Exercise aim
Report each line of the material below where the word "HOUSE" can be found.

Entries supplied
---------------
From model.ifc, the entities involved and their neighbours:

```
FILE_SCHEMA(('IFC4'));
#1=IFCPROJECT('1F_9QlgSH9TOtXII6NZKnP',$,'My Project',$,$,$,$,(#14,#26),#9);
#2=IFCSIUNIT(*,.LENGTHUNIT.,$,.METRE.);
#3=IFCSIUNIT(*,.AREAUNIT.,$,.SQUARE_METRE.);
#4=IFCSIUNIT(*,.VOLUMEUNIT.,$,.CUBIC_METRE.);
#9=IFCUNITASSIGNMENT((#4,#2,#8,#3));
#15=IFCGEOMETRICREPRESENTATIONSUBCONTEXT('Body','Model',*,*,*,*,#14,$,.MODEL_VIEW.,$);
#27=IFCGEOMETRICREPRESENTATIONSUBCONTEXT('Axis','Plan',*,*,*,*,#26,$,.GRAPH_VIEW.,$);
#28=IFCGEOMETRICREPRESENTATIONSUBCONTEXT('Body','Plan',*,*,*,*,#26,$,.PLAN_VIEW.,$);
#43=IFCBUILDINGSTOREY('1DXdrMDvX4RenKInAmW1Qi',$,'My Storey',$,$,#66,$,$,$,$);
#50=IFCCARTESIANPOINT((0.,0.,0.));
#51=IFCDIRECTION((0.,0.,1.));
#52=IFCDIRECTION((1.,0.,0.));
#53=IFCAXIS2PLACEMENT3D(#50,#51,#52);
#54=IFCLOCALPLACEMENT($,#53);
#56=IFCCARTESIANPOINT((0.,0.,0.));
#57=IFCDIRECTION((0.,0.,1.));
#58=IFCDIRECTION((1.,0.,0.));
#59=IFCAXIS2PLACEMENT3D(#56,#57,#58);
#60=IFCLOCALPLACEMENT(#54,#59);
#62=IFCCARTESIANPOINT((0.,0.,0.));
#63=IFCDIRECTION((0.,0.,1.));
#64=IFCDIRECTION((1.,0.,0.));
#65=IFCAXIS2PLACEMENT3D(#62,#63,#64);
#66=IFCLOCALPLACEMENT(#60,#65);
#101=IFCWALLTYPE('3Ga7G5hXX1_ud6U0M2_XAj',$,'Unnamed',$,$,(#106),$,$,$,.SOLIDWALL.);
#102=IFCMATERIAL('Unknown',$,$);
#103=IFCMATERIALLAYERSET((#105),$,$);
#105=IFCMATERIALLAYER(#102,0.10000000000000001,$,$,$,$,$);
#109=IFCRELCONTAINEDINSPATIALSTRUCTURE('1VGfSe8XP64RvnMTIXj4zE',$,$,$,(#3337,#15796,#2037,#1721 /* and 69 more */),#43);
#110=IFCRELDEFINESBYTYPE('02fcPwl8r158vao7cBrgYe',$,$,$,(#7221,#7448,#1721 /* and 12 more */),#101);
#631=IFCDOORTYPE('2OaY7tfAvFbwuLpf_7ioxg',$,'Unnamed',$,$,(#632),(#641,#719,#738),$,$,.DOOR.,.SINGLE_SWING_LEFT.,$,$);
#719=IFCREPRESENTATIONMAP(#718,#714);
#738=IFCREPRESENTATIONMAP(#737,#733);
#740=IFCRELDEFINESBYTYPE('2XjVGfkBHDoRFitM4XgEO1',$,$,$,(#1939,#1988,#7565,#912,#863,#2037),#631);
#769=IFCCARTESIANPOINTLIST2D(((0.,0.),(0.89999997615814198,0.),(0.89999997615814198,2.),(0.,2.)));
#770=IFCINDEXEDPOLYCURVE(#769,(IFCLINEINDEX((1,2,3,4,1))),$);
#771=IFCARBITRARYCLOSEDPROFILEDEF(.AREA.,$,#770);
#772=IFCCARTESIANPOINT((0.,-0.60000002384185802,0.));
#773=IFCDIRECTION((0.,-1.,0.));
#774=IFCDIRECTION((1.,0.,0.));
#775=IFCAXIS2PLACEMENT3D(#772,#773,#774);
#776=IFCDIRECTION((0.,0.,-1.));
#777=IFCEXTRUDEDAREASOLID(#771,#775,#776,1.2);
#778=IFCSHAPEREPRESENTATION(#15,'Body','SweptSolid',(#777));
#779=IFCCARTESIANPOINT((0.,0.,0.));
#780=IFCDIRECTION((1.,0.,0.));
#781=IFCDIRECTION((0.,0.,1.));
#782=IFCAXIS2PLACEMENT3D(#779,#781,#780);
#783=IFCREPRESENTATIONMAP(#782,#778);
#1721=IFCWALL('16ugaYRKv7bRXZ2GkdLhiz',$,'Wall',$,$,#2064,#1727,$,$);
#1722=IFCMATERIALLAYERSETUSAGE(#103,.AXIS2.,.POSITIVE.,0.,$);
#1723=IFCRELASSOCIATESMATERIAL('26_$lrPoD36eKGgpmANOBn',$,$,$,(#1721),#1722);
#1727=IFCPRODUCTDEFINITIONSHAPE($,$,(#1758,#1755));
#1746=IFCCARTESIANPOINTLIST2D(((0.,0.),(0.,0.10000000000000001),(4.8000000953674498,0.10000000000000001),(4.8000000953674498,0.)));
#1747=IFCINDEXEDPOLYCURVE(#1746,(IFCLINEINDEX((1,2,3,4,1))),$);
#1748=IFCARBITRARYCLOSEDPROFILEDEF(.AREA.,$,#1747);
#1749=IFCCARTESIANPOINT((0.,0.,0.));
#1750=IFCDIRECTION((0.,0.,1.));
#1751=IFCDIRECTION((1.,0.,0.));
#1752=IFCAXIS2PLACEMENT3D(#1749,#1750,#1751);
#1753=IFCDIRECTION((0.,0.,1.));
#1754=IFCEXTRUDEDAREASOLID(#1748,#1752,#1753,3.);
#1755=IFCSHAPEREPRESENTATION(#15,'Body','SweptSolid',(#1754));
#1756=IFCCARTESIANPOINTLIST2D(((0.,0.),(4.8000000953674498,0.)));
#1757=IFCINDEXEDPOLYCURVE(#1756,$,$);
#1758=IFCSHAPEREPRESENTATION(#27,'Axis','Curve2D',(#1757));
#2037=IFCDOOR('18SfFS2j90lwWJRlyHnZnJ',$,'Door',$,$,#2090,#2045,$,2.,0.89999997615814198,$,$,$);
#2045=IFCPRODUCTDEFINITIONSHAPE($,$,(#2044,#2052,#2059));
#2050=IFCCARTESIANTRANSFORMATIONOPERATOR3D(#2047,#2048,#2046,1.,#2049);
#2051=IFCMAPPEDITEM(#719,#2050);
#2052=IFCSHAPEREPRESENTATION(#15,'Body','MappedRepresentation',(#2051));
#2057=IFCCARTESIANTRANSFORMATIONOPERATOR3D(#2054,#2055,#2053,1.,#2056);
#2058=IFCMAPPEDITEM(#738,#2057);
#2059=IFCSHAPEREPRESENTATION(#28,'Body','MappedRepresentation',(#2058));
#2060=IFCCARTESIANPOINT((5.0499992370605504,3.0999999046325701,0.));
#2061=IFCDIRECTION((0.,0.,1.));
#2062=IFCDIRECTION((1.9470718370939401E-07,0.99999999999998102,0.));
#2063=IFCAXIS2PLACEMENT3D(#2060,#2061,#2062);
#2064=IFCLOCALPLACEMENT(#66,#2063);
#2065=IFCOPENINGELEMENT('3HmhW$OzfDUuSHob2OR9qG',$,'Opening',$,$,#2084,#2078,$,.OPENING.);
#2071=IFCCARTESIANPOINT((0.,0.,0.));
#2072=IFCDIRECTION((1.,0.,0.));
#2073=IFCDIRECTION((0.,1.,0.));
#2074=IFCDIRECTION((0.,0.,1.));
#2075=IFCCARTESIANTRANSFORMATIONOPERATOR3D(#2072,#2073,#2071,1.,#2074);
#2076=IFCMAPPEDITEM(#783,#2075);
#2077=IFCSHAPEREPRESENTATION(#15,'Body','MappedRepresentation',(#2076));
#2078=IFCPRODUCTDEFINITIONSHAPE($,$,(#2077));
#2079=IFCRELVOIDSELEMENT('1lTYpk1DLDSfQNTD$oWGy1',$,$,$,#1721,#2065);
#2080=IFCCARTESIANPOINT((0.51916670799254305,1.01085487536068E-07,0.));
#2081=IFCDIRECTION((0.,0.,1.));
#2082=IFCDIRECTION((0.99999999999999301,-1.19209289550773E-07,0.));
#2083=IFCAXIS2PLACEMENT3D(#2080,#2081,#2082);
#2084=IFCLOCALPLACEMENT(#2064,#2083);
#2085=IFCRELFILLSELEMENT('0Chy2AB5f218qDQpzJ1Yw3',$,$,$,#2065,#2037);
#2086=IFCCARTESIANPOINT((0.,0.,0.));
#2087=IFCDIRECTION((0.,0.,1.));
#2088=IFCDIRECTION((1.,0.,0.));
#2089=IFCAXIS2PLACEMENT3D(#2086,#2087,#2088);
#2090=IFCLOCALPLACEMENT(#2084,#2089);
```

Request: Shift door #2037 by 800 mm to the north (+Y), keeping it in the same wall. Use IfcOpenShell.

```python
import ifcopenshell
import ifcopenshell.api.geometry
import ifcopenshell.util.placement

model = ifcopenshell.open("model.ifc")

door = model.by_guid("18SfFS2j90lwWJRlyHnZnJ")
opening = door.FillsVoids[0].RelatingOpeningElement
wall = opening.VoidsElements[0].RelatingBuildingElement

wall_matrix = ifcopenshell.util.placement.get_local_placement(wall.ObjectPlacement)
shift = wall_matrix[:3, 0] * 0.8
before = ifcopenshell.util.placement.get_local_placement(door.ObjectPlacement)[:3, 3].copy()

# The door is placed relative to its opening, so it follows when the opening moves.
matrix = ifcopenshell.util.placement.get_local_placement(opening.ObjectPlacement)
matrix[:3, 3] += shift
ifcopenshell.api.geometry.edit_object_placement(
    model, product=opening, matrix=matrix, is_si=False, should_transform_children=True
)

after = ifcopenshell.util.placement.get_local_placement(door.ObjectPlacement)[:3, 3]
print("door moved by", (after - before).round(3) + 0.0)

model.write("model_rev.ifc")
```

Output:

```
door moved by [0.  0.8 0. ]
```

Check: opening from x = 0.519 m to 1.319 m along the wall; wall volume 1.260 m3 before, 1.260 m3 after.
---------------
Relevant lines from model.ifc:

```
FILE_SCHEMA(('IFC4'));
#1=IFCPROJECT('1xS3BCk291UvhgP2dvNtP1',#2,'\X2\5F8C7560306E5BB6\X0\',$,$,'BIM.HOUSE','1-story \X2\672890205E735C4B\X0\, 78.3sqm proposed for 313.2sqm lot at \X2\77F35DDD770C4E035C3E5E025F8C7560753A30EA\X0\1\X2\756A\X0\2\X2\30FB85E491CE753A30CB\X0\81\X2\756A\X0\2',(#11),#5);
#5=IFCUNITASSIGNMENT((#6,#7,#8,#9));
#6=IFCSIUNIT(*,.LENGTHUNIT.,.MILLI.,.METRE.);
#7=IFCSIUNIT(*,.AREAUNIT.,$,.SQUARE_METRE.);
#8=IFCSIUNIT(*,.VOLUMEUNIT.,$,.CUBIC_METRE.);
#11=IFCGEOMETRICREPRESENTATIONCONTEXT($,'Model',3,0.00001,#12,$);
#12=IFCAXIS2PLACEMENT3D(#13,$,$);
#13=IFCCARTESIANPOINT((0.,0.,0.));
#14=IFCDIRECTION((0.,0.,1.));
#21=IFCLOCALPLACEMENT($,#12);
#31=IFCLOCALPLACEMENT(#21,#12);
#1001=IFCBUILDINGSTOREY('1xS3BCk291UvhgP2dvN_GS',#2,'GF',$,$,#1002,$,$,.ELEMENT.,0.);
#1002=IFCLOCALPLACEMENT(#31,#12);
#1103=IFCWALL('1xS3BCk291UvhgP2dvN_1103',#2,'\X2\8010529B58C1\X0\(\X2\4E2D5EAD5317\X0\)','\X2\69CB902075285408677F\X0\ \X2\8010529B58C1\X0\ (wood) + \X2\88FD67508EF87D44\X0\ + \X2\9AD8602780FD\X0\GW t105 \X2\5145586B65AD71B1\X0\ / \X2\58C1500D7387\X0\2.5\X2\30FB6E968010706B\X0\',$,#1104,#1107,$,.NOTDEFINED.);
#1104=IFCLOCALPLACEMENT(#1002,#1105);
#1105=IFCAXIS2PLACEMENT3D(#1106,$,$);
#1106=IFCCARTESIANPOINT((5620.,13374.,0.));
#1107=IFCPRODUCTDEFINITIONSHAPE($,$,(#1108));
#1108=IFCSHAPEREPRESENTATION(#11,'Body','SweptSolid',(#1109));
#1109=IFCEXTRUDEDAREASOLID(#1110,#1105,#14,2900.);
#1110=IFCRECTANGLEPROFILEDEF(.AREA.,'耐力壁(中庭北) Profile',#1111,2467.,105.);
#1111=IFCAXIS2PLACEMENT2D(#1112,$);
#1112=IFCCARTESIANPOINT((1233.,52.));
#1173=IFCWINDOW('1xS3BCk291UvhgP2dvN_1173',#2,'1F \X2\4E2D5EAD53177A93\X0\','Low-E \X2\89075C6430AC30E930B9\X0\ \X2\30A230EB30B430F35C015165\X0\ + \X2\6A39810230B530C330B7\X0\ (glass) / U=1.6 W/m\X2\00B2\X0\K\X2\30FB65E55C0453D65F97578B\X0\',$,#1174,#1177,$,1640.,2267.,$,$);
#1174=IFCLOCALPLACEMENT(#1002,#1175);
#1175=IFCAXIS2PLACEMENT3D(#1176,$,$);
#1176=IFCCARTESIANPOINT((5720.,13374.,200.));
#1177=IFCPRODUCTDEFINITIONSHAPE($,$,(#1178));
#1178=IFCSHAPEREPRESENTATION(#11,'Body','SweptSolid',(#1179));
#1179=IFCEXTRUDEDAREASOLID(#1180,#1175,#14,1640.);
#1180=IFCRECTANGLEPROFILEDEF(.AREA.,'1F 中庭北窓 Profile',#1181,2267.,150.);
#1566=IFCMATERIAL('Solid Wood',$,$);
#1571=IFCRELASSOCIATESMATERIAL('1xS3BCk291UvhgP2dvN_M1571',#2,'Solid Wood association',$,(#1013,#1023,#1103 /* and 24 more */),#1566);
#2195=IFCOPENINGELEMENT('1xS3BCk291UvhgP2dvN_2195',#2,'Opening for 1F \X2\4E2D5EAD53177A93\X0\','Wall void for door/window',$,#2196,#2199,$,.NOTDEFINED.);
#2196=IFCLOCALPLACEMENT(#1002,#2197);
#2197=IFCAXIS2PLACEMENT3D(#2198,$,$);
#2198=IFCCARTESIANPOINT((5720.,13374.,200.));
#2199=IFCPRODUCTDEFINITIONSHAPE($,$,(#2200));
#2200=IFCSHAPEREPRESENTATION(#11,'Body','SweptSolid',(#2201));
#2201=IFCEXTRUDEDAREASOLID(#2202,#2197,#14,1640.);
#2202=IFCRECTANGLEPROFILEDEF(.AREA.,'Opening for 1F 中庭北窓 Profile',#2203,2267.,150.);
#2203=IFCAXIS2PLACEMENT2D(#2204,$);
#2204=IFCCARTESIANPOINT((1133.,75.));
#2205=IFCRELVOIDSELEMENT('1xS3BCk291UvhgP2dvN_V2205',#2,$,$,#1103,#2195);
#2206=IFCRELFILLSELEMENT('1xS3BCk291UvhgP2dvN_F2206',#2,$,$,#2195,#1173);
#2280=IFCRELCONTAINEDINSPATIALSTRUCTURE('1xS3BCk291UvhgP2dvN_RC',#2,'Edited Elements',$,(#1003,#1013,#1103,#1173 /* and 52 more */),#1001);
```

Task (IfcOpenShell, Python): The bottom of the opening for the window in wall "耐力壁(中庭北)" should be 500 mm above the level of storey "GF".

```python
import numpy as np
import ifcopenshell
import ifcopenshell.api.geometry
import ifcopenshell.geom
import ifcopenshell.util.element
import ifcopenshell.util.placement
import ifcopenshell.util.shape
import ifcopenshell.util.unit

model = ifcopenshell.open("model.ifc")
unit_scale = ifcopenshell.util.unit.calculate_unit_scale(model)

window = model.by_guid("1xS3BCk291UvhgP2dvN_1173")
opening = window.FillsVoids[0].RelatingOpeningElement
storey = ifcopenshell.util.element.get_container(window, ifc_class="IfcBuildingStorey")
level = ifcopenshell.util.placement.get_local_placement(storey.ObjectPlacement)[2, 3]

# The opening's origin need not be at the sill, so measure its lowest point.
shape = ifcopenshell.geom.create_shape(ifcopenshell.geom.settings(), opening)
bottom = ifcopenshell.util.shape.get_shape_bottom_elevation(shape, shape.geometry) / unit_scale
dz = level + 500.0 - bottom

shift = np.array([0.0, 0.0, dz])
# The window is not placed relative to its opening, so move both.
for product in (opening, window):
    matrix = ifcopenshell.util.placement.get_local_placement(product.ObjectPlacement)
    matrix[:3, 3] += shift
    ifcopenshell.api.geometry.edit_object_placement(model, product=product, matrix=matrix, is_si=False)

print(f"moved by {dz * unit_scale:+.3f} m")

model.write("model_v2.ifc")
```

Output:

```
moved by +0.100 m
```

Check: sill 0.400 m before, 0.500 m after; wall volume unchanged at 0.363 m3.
---------------
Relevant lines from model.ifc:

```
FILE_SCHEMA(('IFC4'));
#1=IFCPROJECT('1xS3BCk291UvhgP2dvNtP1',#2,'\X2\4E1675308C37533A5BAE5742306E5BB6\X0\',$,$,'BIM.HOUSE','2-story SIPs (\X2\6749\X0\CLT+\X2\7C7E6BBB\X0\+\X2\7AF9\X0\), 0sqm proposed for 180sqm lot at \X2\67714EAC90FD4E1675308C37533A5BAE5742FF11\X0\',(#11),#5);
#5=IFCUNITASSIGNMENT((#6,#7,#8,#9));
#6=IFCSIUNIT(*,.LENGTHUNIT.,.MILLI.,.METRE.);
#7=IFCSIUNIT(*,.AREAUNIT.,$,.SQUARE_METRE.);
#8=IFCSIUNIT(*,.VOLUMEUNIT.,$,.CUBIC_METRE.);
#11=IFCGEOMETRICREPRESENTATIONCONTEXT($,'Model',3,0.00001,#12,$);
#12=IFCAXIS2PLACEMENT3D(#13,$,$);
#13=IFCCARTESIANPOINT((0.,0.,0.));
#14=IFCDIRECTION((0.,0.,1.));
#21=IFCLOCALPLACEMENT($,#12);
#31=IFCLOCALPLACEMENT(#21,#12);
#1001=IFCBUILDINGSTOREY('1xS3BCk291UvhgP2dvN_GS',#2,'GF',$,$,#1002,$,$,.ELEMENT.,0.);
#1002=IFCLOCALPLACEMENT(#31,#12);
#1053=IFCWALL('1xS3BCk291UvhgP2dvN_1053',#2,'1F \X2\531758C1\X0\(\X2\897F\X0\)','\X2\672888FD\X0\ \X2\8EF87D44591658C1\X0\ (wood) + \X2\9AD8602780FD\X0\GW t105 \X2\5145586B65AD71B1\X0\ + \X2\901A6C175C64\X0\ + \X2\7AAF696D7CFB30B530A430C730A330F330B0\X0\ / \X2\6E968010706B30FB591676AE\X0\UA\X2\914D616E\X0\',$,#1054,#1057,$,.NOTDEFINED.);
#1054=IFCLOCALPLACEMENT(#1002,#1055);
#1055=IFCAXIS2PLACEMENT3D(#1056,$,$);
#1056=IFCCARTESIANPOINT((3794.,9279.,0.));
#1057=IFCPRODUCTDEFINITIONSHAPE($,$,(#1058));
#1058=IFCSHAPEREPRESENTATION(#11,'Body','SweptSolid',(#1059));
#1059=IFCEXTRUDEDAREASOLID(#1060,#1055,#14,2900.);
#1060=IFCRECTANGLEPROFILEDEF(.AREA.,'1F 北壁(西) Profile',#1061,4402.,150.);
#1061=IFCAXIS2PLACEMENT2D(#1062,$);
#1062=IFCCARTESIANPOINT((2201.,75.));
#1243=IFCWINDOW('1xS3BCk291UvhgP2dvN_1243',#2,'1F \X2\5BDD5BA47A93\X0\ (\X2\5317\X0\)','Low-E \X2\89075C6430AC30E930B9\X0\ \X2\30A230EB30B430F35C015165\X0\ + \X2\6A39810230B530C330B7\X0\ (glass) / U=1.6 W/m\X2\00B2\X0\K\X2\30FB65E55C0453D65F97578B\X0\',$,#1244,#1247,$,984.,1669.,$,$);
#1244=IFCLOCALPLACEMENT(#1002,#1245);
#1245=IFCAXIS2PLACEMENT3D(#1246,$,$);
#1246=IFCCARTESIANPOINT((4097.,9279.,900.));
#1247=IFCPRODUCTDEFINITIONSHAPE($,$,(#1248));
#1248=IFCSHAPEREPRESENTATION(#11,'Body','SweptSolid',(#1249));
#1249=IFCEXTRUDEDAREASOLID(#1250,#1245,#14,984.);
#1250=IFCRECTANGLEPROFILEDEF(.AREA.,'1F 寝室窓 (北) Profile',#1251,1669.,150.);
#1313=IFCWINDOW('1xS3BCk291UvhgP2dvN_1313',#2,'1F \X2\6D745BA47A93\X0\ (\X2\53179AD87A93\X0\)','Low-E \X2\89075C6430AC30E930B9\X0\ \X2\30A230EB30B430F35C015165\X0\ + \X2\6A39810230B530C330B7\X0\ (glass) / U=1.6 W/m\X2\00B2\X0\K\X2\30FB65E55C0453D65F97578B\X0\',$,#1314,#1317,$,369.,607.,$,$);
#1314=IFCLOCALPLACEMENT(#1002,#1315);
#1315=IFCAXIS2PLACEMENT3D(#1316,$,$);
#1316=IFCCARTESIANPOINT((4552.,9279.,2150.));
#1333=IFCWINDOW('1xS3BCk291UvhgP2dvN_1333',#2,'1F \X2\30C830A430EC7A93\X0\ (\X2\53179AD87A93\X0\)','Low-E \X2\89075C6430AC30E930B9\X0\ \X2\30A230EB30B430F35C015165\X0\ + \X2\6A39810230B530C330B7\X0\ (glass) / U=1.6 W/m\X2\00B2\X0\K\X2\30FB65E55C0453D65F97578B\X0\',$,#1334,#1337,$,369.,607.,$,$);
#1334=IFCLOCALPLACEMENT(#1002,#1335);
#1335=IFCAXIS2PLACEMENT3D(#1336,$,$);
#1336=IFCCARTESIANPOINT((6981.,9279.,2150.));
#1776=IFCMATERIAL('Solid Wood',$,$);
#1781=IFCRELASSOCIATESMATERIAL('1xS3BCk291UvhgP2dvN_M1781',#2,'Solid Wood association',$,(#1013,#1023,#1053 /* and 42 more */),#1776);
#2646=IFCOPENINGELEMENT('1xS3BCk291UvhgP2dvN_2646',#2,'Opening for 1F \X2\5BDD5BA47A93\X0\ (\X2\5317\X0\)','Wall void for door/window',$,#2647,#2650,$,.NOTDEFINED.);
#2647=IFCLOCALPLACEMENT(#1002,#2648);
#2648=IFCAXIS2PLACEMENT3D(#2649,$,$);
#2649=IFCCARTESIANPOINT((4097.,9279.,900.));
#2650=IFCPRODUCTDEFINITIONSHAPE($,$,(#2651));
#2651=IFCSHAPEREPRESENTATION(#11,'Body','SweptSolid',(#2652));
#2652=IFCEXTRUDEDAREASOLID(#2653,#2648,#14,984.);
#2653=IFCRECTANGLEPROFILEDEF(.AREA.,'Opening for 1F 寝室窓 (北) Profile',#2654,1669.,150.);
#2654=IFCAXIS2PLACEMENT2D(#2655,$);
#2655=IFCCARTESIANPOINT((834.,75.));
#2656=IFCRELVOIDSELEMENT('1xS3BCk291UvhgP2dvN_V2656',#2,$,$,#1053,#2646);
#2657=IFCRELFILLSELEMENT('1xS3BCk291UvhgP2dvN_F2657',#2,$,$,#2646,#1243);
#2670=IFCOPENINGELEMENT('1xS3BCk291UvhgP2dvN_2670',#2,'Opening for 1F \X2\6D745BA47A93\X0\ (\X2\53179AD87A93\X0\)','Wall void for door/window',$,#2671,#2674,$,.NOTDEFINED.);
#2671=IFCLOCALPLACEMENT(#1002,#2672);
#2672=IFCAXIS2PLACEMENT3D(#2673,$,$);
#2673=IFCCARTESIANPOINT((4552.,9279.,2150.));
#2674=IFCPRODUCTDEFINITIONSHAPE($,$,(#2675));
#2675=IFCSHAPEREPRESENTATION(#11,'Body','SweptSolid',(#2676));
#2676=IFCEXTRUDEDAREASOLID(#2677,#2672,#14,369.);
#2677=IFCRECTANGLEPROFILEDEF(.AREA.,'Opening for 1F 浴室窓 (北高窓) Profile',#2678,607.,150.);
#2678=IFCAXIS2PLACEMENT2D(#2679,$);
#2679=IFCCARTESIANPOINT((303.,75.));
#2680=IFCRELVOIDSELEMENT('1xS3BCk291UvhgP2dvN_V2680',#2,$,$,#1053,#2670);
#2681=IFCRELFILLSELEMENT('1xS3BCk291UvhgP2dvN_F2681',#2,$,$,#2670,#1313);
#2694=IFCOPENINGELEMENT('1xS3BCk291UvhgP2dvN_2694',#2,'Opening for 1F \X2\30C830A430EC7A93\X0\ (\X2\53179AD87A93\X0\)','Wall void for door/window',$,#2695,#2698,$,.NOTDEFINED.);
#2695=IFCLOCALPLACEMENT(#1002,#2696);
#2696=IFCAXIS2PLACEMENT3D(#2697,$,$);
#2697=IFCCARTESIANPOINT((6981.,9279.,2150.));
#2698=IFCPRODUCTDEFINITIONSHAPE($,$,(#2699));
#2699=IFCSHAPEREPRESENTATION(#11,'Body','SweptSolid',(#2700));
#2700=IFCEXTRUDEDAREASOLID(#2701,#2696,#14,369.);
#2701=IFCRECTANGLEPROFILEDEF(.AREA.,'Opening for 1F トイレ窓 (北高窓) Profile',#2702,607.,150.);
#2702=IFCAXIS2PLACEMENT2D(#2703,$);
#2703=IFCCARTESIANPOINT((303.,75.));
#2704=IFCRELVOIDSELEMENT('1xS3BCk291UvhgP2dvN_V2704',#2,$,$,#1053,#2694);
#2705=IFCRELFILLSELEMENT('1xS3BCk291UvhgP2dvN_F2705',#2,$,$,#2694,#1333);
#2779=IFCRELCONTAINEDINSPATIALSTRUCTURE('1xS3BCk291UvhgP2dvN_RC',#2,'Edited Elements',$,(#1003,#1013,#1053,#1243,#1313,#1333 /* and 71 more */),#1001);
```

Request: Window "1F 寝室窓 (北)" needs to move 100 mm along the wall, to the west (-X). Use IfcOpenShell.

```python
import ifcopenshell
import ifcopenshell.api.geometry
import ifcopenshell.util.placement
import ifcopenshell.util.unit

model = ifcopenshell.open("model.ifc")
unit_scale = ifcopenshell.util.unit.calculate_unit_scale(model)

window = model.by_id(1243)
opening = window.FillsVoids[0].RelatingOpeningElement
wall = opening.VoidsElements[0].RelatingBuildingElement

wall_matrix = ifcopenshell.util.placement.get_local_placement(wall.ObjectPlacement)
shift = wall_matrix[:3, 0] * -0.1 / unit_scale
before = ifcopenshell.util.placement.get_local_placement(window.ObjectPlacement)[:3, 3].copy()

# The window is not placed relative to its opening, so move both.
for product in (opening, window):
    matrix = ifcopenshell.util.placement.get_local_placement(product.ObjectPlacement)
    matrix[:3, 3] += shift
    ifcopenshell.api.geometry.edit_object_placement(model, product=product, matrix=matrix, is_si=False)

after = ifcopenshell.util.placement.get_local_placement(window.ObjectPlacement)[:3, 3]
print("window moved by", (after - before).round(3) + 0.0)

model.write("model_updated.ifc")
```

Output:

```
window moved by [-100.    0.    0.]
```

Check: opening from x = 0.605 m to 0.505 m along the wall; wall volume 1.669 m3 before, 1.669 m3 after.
---------------
Exercise answer
#1=IFCPROJECT('1xS3BCk291UvhgP2dvNtP1',#2,'\X2\5F8C7560306E5BB6\X0\',$,$,'BIM.HOUSE','1-story \X2\672890205E735C4B\X0\, 78.3sqm proposed for 313.2sqm lot at \X2\77F35DDD770C4E035C3E5E025F8C7560753A30EA\X0\1\X2\756A\X0\2\X2\30FB85E491CE753A30CB\X0\81\X2\756A\X0\2',(#11),#5);
#1=IFCPROJECT('1xS3BCk291UvhgP2dvNtP1',#2,'\X2\4E1675308C37533A5BAE5742306E5BB6\X0\',$,$,'BIM.HOUSE','2-story SIPs (\X2\6749\X0\CLT+\X2\7C7E6BBB\X0\+\X2\7AF9\X0\), 0sqm proposed for 180sqm lot at \X2\67714EAC90FD4E1675308C37533A5BAE5742FF11\X0\',(#11),#5);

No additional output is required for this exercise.